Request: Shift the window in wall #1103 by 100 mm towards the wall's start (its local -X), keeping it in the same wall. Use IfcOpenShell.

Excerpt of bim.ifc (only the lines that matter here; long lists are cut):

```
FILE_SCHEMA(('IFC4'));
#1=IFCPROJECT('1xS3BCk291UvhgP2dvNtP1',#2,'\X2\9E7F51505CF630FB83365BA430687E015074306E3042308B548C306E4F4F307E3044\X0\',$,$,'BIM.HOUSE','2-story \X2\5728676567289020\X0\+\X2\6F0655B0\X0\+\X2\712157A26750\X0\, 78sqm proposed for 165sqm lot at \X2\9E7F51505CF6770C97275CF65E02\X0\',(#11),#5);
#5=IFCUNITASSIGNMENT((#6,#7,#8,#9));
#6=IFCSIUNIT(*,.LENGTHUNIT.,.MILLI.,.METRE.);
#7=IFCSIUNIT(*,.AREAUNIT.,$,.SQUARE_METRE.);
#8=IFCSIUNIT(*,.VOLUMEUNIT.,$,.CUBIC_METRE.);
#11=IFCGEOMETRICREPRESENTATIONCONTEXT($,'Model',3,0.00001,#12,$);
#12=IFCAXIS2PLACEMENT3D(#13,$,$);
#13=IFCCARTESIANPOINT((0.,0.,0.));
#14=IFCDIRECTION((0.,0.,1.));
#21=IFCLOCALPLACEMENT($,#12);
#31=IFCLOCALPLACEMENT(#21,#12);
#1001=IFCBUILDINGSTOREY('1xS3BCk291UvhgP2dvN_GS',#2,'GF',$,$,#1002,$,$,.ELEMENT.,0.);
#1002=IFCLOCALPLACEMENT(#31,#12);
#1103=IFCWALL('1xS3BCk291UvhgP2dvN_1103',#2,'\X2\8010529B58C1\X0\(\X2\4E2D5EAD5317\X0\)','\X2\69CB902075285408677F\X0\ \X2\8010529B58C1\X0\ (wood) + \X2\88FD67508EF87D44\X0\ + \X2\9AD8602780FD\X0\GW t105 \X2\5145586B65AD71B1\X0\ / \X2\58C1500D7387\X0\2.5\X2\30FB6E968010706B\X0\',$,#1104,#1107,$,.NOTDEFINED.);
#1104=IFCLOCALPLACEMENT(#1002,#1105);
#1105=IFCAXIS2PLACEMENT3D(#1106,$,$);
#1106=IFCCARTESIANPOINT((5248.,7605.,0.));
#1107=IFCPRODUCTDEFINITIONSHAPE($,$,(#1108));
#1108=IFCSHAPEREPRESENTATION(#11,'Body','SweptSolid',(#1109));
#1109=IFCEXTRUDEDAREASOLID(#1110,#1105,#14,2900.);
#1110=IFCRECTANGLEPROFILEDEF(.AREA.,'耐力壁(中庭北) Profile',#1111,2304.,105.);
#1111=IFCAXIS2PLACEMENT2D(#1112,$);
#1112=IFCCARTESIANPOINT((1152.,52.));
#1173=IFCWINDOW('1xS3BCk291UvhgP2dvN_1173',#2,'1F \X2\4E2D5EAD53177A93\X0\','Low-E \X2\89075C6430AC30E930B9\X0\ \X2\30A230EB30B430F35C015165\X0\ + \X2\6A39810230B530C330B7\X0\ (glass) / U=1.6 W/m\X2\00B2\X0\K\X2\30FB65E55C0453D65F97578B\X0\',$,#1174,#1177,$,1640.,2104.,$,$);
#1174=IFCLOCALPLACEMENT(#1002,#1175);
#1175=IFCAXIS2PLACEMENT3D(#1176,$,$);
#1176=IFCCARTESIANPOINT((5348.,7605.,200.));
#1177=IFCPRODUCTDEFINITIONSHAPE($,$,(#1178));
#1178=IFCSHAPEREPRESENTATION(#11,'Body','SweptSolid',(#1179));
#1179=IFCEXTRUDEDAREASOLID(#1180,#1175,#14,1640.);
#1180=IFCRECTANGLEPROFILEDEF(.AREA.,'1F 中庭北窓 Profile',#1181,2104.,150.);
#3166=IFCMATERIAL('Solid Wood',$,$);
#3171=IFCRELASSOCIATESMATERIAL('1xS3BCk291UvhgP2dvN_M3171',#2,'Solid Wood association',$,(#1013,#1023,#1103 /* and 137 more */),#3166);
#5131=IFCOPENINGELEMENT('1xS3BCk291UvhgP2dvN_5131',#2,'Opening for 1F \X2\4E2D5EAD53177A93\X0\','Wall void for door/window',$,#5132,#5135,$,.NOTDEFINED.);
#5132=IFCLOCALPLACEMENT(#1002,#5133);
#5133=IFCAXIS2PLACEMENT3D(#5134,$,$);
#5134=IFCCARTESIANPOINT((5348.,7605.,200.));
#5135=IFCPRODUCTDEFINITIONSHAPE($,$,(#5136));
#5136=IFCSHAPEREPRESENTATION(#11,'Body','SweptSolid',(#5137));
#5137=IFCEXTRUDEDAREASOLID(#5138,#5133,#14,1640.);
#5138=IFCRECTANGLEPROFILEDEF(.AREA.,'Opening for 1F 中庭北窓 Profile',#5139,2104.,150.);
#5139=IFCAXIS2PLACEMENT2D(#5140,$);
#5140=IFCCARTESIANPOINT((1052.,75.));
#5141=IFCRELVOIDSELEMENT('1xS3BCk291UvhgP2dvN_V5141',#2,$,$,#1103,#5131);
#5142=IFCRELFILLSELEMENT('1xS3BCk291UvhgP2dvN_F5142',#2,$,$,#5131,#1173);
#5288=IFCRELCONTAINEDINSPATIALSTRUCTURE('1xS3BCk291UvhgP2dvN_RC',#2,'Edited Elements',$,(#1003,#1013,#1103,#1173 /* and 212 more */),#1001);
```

```python
import ifcopenshell
import ifcopenshell.api.geometry
import ifcopenshell.util.placement
import ifcopenshell.util.unit

model = ifcopenshell.open("bim.ifc")
unit_scale = ifcopenshell.util.unit.calculate_unit_scale(model)

window = model.by_guid("1xS3BCk291UvhgP2dvN_1173")
opening = window.FillsVoids[0].RelatingOpeningElement
wall = opening.VoidsElements[0].RelatingBuildingElement

wall_matrix = ifcopenshell.util.placement.get_local_placement(wall.ObjectPlacement)
shift = wall_matrix[:3, 0] * -0.1 / unit_scale
before = ifcopenshell.util.placement.get_local_placement(window.ObjectPlacement)[:3, 3].copy()

# The window is not placed relative to its opening, so move both.
for product in (opening, window):
    matrix = ifcopenshell.util.placement.get_local_placement(product.ObjectPlacement)
    matrix[:3, 3] += shift
    ifcopenshell.api.geometry.edit_object_placement(model, product=product, matrix=matrix, is_si=False)

after = ifcopenshell.util.placement.get_local_placement(window.ObjectPlacement)[:3, 3]
print("window moved by", (after - before).round(3) + 0.0)

model.write("bim_updated.ifc")
```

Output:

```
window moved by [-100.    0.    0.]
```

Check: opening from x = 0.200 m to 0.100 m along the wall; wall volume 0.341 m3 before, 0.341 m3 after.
________________________
• What you will do: When a line among the entries contains "中庭北窓", pull that line out.

• Solution for this exercise:
#1180=IFCRECTANGLEPROFILEDEF(.AREA.,'1F 中庭北窓 Profile',#1181,2104.,150.);
#5138=IFCRECTANGLEPROFILEDEF(.AREA.,'Opening for 1F 中庭北窓 Profile',#5139,2104.,150.);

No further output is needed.